During its first few years, in the late 1990s and early 2000s, Moreover had challenged this model. It had made access to information — in this case, news content — much more freely available. It put that content onto many of the major search engines and portals of the Dot Com era. It allowed bloggers and small niche websites to access and use that content too.

In my research I stumbled across an article dated 1 January 2000, in which two LexisNexis executives discuss the then young startup Moreover. “Wasn’t this UK company,” asked the reporter, “by providing news feeds for free, flying in the face of the established online vendors?” The European Director of LexisNexis at the time, Jon Webb, agreed that Moreover presented a challenge. But he questioned its long-term viability. “If all the information which is currently for free remains free and increases,” said Webb at the beginning of 2000, “then where is the profit going to come from to pay for the endeavour? The quality must suffer and where is the incentive for you, as a journalist, to write, or me manage? There are still many people out there who value trusted sources.”

It turns out that Jon Webb of LexisNexis was right: there wasn’t enough profit for Moreover in providing news feeds for free. Or at least, not enough profit to satisfy Moreover’s board and investors. The bursting of the Dot Com bubble didn’t help. So in 2001, at the same time it was successfully beating Google on real-time news, Moreover began to look for a solid revenue stream. There was an easy solution: sell its news aggregation technology to enterprise customers.

In short, in 2001 Moreover became an information gatekeeper — just like LexisNexis.

The further irony is that Moreover was able to become a gatekeeper despite not paying for information itself. The only exception was when Moreover was sued — then it had little choice but to pay. For the most part though, Moreover freely ‘scraped’ information from thousands of news sources around the Web.

What If…

What if Moreover had continued to make its technology available to consumers for free, instead of becoming a gatekeeper?
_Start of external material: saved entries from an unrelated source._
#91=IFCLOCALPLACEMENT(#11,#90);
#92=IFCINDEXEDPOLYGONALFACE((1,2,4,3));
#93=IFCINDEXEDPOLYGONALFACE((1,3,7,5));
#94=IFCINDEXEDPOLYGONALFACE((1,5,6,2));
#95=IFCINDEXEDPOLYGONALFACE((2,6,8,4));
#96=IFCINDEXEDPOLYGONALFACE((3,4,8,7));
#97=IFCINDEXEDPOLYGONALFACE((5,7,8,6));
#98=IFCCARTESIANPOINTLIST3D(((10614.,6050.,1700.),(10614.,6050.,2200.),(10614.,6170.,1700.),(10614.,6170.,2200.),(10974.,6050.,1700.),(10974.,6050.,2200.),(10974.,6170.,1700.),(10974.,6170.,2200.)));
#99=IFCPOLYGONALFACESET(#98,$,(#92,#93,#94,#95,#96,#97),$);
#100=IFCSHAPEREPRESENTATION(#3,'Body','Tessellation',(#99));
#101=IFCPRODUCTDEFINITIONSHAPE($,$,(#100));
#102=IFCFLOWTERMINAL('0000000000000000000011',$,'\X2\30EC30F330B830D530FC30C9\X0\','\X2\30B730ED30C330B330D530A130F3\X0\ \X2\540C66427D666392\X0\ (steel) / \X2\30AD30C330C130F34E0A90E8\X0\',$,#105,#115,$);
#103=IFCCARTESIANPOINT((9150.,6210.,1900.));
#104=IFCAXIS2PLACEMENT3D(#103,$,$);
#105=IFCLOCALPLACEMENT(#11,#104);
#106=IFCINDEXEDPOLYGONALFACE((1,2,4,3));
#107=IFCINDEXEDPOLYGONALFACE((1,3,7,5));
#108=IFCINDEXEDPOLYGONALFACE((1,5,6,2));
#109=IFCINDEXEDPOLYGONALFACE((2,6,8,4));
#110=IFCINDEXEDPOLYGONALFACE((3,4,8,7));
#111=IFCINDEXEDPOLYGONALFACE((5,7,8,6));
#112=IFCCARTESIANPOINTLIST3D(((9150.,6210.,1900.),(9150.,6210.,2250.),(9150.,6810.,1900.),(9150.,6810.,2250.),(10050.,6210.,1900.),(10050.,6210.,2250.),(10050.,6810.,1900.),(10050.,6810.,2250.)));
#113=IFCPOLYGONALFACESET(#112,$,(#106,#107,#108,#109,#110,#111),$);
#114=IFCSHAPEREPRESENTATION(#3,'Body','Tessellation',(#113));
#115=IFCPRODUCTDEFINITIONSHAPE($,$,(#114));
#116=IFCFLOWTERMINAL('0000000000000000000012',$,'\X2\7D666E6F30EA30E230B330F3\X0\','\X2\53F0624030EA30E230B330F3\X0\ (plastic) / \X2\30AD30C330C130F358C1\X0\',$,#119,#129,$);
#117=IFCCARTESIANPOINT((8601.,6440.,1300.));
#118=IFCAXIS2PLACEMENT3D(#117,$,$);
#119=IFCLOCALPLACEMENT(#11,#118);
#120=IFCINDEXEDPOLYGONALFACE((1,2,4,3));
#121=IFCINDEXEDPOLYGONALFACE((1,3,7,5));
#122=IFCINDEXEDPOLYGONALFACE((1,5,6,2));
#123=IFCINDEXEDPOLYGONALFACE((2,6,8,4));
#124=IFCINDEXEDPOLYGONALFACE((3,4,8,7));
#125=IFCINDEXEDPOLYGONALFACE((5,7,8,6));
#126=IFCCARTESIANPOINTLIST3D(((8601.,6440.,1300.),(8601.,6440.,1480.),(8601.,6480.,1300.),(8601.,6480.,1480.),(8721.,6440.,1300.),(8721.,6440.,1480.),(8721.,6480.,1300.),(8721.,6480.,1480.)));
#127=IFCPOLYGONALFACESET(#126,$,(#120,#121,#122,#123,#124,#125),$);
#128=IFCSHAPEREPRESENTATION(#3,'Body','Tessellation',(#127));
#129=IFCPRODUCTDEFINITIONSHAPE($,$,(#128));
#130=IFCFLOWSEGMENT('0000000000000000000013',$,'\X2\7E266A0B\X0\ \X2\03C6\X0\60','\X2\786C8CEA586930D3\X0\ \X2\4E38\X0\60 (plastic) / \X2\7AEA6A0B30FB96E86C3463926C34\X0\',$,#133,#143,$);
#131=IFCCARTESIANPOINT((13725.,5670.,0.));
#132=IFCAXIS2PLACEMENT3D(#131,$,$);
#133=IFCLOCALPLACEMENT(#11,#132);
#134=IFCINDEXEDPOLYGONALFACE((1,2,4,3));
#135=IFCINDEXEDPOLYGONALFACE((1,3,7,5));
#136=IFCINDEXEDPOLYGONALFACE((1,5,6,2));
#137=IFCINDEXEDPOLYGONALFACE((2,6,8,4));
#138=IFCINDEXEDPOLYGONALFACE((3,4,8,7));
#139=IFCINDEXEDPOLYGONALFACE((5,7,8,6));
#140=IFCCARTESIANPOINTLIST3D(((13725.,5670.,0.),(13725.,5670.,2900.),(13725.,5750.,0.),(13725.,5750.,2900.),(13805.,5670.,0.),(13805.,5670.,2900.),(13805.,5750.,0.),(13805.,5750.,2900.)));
Instead of Verisign and then LexisNexis acquiring it, it could’ve been Google or Yahoo. Indeed, think what Twitter or Facebook would be able to do with such powerful information management software. The achilles heel of both Twitter and Facebook is that neither does a good job of filtering and organizing news content.
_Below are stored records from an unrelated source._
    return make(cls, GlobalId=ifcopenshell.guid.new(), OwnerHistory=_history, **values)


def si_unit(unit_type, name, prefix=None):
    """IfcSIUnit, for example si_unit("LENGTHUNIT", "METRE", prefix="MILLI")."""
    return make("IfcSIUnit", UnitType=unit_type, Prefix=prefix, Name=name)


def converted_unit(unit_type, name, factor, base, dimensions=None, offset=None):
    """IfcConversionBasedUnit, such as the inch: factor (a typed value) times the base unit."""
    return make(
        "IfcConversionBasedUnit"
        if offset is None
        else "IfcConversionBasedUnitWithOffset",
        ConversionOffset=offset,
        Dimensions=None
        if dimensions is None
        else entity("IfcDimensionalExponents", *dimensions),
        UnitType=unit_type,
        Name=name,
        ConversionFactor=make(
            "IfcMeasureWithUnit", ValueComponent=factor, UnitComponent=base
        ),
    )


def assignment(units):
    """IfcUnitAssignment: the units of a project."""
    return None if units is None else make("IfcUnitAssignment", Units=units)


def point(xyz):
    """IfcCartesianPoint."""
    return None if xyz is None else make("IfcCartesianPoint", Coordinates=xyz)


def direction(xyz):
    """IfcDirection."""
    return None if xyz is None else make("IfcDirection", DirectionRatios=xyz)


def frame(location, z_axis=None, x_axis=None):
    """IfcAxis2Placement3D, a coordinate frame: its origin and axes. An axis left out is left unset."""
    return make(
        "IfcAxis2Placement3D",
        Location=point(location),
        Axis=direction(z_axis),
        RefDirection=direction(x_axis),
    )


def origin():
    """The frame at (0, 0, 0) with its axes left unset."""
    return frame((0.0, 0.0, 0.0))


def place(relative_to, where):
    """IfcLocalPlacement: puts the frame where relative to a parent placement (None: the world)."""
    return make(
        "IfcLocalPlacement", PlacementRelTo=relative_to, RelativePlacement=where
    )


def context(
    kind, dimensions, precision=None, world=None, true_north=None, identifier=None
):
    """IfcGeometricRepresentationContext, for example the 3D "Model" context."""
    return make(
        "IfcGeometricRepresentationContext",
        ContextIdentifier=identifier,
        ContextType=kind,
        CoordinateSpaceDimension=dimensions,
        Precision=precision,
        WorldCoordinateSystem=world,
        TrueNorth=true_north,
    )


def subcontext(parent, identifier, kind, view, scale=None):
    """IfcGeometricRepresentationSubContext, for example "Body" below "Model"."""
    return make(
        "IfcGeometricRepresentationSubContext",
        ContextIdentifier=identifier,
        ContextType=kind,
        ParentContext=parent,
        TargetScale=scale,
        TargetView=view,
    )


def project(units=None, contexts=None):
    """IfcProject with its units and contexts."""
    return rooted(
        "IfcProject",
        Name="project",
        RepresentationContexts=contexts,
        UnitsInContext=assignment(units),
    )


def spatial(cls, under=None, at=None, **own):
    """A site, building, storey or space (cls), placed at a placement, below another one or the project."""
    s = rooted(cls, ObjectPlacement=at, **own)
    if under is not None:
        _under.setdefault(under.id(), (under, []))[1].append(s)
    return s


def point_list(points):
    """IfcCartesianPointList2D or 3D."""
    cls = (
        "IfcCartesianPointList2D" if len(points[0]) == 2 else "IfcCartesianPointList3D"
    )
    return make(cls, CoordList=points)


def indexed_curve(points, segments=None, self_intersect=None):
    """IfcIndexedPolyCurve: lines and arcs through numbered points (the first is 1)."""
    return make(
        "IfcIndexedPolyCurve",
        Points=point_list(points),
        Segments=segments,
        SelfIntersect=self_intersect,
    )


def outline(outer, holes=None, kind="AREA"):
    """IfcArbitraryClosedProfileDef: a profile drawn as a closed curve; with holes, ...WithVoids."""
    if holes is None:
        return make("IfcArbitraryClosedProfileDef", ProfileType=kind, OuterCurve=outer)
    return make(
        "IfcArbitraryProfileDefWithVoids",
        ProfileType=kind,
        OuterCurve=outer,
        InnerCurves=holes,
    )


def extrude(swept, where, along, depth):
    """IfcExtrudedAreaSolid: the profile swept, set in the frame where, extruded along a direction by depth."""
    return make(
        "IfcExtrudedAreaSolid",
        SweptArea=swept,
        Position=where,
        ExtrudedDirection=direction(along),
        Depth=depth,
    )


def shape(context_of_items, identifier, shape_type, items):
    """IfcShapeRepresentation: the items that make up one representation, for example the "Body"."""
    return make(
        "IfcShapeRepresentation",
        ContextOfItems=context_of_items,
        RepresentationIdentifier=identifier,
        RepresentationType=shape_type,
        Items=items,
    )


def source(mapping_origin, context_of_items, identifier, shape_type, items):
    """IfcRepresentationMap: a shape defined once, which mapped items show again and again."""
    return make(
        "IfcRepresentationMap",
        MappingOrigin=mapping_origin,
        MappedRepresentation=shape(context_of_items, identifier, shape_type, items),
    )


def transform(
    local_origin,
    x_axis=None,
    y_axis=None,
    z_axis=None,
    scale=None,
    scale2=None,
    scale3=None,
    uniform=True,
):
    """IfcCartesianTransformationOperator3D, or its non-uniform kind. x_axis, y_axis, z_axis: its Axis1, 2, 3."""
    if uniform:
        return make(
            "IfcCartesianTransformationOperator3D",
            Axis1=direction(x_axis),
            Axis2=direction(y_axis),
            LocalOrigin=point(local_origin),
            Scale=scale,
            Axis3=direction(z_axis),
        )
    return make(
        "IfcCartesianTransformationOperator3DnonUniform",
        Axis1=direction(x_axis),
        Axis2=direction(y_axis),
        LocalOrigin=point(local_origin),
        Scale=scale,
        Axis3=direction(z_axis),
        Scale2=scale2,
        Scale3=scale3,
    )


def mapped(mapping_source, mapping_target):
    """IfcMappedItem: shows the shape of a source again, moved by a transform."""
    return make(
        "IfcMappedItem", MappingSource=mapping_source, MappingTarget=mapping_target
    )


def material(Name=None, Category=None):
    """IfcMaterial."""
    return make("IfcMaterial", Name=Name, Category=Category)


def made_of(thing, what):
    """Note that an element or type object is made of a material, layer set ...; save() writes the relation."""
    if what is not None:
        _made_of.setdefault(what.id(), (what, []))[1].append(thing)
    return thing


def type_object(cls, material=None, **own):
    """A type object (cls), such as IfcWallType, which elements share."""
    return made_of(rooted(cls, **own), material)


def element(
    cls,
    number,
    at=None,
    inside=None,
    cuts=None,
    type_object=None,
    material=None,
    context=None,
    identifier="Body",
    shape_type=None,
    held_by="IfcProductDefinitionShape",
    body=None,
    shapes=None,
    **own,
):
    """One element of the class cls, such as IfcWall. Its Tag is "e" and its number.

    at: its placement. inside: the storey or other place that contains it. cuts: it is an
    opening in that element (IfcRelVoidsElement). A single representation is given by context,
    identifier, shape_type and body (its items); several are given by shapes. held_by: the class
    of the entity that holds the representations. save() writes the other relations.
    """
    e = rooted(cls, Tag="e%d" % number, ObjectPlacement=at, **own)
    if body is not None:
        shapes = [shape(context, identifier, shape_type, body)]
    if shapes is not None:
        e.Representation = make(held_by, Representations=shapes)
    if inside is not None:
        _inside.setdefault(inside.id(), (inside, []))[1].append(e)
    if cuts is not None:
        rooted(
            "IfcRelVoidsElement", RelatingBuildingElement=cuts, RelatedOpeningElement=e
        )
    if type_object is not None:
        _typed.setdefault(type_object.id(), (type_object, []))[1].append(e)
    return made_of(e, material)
I’m not faulting the founders of Moreover — Denton, Galbraith and Bankes — for not following through on its early innovation. The likely cause of its switch to the enterprise market in 2001 was financial pressure. Moreover’s board wanted the company to find a revenue source fast, so it chose to focus on corporate customers.
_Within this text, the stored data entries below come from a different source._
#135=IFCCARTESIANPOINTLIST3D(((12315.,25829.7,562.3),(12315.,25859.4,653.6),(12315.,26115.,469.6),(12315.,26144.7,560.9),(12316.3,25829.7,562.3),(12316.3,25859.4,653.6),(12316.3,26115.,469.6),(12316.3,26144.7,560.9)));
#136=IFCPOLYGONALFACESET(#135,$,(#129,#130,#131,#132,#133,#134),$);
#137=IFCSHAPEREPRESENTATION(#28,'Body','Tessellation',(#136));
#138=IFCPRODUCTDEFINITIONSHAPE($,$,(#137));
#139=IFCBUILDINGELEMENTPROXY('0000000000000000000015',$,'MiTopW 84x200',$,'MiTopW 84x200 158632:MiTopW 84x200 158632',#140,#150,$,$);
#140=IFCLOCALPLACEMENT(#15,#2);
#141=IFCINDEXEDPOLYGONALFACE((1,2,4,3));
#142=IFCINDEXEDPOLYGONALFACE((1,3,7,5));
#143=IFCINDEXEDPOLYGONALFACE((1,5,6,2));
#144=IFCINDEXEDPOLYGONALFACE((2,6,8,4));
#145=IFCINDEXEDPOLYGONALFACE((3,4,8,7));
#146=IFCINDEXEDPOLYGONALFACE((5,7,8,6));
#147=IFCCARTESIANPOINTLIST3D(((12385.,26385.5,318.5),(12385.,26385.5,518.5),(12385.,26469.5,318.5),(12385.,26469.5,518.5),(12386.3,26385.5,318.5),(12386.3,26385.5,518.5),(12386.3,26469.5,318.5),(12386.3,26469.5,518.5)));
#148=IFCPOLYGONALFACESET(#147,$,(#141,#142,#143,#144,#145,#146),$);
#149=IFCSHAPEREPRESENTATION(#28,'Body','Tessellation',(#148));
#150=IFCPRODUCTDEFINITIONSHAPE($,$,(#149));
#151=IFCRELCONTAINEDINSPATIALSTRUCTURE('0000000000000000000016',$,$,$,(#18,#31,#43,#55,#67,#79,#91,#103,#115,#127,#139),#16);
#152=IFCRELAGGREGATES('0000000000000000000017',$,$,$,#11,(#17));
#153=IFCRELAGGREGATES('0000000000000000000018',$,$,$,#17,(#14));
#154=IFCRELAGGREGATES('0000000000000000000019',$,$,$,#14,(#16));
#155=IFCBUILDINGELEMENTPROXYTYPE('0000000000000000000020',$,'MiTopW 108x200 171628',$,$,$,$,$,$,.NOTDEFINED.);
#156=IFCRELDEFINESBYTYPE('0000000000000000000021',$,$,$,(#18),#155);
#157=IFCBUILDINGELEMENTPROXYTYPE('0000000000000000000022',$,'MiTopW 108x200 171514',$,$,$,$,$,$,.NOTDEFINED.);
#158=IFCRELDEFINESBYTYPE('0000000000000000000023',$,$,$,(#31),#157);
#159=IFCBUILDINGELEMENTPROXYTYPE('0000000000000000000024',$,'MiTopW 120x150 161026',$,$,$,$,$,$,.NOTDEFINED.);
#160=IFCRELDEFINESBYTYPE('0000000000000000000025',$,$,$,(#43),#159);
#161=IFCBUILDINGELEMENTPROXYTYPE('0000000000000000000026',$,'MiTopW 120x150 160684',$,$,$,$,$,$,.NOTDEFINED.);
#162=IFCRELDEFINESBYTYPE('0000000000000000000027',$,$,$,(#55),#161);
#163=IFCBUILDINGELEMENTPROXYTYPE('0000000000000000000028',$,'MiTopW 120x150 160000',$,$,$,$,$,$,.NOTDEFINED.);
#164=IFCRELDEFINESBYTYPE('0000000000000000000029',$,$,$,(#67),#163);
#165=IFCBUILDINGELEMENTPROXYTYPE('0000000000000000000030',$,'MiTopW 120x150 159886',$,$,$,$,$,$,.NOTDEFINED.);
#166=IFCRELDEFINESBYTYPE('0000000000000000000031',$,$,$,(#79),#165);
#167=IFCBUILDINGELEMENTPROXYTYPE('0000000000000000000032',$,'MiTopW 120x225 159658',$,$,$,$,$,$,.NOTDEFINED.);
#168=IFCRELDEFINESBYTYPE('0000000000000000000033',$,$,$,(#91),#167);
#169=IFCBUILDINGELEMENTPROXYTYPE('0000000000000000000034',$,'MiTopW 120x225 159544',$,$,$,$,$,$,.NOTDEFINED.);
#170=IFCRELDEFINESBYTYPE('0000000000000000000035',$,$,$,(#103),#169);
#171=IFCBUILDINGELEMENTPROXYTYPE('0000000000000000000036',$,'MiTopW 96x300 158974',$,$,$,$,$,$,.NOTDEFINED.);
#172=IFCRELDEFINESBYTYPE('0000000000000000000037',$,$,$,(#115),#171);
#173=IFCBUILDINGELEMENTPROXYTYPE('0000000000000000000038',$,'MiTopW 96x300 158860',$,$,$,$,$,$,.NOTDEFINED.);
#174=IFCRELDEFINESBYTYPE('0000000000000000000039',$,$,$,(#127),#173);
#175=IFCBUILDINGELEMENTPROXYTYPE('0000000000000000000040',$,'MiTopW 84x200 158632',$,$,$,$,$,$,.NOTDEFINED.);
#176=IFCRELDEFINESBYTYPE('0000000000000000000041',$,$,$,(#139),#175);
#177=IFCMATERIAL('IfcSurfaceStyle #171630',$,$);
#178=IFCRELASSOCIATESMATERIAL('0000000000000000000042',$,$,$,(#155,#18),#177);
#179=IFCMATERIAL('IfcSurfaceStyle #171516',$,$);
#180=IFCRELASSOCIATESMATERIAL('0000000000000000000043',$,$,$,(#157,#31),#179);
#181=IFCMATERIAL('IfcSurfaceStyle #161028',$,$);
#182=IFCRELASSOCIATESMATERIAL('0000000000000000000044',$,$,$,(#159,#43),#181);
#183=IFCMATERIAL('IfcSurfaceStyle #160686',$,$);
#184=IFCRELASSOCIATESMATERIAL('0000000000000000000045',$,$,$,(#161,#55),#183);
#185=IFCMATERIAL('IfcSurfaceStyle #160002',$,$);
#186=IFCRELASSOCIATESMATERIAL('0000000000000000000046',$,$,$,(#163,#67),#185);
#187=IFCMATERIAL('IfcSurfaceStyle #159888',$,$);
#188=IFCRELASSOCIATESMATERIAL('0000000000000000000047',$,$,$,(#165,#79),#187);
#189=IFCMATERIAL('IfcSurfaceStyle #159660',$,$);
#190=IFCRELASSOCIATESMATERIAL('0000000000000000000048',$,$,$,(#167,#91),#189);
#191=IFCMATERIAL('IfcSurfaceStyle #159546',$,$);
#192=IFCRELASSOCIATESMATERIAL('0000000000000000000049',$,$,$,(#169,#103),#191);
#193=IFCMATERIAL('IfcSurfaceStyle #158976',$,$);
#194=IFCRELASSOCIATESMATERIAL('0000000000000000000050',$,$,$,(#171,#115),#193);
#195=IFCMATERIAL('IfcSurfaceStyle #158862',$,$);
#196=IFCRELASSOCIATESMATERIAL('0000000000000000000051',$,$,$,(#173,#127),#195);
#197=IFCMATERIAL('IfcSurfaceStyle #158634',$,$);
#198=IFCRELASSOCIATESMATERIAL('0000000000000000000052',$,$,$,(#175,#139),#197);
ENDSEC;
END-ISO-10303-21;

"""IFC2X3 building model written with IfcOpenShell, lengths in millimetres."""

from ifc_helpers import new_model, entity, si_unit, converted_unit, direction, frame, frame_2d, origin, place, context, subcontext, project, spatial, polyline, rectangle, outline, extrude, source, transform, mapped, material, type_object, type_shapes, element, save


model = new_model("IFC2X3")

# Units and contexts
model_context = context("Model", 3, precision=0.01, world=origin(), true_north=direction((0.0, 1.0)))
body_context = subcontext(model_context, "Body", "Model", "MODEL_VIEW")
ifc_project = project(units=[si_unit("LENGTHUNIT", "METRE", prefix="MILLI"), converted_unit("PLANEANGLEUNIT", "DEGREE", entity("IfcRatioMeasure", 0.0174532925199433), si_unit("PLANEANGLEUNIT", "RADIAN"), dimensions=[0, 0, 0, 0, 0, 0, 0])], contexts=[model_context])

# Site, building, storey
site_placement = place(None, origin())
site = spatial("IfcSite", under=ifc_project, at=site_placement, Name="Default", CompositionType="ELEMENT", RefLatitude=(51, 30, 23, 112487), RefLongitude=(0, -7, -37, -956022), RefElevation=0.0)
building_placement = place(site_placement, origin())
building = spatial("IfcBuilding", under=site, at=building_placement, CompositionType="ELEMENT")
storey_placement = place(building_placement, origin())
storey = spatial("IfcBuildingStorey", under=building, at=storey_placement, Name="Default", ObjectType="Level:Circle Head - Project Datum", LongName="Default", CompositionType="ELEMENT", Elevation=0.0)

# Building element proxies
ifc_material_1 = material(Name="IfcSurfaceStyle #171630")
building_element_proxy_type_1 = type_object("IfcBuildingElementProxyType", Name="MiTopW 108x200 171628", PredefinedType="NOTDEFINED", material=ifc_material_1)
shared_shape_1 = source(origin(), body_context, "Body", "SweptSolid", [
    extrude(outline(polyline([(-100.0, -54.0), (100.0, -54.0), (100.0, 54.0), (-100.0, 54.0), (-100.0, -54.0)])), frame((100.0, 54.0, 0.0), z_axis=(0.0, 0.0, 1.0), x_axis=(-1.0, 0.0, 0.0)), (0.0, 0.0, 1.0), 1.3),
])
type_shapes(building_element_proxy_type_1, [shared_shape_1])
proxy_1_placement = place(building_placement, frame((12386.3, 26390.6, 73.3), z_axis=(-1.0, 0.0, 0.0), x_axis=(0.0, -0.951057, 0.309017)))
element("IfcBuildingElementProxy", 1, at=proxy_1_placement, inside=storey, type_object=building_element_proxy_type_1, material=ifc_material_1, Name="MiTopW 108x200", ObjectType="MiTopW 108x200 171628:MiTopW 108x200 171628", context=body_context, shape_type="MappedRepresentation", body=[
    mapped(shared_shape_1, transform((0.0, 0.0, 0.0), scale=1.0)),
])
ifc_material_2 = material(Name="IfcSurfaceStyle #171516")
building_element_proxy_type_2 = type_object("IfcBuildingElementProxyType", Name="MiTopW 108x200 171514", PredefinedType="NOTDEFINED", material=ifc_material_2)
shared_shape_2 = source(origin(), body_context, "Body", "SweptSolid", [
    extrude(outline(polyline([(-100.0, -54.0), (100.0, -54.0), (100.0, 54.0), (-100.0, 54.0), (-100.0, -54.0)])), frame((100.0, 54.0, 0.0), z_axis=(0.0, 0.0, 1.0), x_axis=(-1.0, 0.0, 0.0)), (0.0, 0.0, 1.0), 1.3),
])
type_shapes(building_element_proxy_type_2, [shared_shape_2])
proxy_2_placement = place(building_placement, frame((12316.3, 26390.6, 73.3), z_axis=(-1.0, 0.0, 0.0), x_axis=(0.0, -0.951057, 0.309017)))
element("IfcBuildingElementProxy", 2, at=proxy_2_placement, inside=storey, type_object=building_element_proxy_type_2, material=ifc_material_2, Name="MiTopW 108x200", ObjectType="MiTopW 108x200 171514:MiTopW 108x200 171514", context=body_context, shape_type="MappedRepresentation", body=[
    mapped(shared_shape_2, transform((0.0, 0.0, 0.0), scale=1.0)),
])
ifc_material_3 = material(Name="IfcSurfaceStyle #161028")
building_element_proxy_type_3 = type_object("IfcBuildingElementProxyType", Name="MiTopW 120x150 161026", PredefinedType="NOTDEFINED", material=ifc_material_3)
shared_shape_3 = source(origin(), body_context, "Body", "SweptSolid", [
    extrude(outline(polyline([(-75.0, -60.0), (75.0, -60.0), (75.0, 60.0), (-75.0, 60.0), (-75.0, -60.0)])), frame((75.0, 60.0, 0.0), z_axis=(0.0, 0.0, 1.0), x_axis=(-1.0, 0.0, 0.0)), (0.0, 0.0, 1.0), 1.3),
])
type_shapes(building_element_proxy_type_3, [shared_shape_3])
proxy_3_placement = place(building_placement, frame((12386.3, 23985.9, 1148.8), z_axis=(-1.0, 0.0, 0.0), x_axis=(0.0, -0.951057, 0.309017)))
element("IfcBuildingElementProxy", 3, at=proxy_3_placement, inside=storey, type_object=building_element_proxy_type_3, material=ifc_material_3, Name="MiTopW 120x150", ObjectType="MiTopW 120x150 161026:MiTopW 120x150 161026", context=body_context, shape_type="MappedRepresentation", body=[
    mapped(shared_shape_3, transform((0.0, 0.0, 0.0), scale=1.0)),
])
The real damage was done in 2005, when Verisign acquired Moreover. At the time, Moreover was still well positioned to disrupt online news — after all, Google itself put in a bid to buy it. But the innovation was stifled once and for all under the bumbling management of Verisign.

That said, history also suggests that Google probably would not have done much better. Witness how Feedburner, the most innovative RSS management startup of the Web 2.0 era, was virtually shelved after Google acquired it in June 2007.

As for the information management landscape of today, it’s clear that Moreover under LexisNexis is totally irrelevant to consumers. If there’s one takeaway for the present I’d like to posit from the story of Moreover, it’s this:

We need a new Moreover for the Facebook/Twitter era.

What if a couple of clever developers like David Galbraith and Angus Bankes, and a big thinking entrepreneur like Nick Denton, took on the information gatekeepers of today? What if they developed a tool that helped us better organize social media, track the topics we’re passionate about, and discover the pearls of data we’re looking for. What a divine service that would be!

Of course, the temptation would be the same: to sell out to an enterprise company.